Tami do you want an slr where you can change the lenses or a point and shoot?

Also if anyone ever wants to read about cameras and how they do,

www.dpreview.com is a great site.


----------



## Dawna (Aug 3, 2006)

A Kodak easy share is what I have, too Tami. I feel your pain. LOL
It got such good ratings, but I just loathe the little thing. The software that came with it totally messed up my computer and I had to have it repaired. Plus the camera itself is practically useless if you are more than 10 feet away from your subject. I have to get a new camera!!!!!
Dawna


----------



## Dawna (Aug 3, 2006)

I want to zoom in quickly and be able to take one picture right after another without waiting several seconds for the camera to 'get ready' again. I need to take outside shots during baseball games, ropings, cattle shows, and just the dogs playing around. But I also need to take inside photos at the same livestock shows, and at dog shows. Of course just family pics in the house during holidays, etc. 
Okay Melissa, what camera do I need for all that? I just need to hire a photographer, right?


----------



## Melissa Miller (Aug 2, 2006)

Ok Im think I need to know a budget, ecspecially when you get into slr's.

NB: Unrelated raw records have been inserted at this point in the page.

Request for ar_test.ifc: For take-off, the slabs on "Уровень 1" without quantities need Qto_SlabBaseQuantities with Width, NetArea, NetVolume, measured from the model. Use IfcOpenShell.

First a look at what the model holds.

```python
import ifcopenshell
import ifcopenshell.util.element
import ifcopenshell.util.unit

model = ifcopenshell.open("ar_test.ifc")
print(model.schema)
for unit_type in ("LENGTHUNIT", "AREAUNIT", "VOLUMEUNIT"):
    print(unit_type, ifcopenshell.util.unit.calculate_unit_scale(model, unit_type))
storey = next(s for s in model.by_type("IfcBuildingStorey") if s.Name == "Уровень 1")
slabs = [e for e in ifcopenshell.util.element.get_decomposition(storey) if e.is_a("IfcSlab")]
for e in sorted(slabs, key=lambda e: e.id()):
    print(e.id(), e.is_a(), e.Name, list(ifcopenshell.util.element.get_psets(e, qtos_only=True)), sep=" | ")
```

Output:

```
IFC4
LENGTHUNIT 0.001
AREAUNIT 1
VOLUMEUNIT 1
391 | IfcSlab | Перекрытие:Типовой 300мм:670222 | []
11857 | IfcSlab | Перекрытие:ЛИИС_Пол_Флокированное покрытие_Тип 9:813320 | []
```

```python
import ifcopenshell
import ifcopenshell.api.pset
import ifcopenshell.geom
import ifcopenshell.util.element
import ifcopenshell.util.shape
import ifcopenshell.util.unit

model = ifcopenshell.open("ar_test.ifc")
unit_scale = ifcopenshell.util.unit.calculate_unit_scale(model)
area_scale = ifcopenshell.util.unit.calculate_unit_scale(model, "AREAUNIT")
volume_scale = ifcopenshell.util.unit.calculate_unit_scale(model, "VOLUMEUNIT")
settings = ifcopenshell.geom.settings()

storey = next(s for s in model.by_type("IfcBuildingStorey") if s.Name == "Уровень 1")
slabs = [e for e in ifcopenshell.util.element.get_decomposition(storey) if e.is_a("IfcSlab")]

for e in sorted(slabs, key=lambda e: e.id()):
    if ifcopenshell.util.element.get_psets(e, qtos_only=True, should_inherit=False):
        continue
    # Geometry comes back in metres, in the element's own axes.
    shape = ifcopenshell.geom.create_shape(settings, e)
    values = {
        "Width": ifcopenshell.util.shape.get_z(shape.geometry) / unit_scale,
        "NetArea": ifcopenshell.util.shape.get_footprint_area(shape.geometry) / area_scale,
        "NetVolume": ifcopenshell.util.shape.get_volume(shape.geometry) / volume_scale,
    }
    qto = ifcopenshell.api.pset.add_qto(model, product=e, name="Qto_SlabBaseQuantities")
    ifcopenshell.api.pset.edit_qto(model, qto=qto, properties=values)
    print(e.id(), {k: round(v, 3) for k, v in values.items()})

model.write("ar_test_edited.ifc")
```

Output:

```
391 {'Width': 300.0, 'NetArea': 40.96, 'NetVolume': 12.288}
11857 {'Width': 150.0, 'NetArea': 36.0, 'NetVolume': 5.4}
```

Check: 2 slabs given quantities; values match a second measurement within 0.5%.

Keep in mind, you can go anywhere from 500-10,000.

IF I were wanting a camera to do what you are describing Dawna, and I was on a budget...( Meaning Im not a photographer) I would look at a used Nikon D100. I had that camera and it was great. It would sell for 2,000 without a lens. I think you can get it for 600-800 now which includes a good lens. You can also look at a Nikon D70 or a Canon 30d. 

If you want a point and shoot, you are just going to have lag. Maybe some of the fixed lens Nikons might be ok, but they are still 700+. 
The new Point and Shoots are getting better, but not for rodeo and low light situations. 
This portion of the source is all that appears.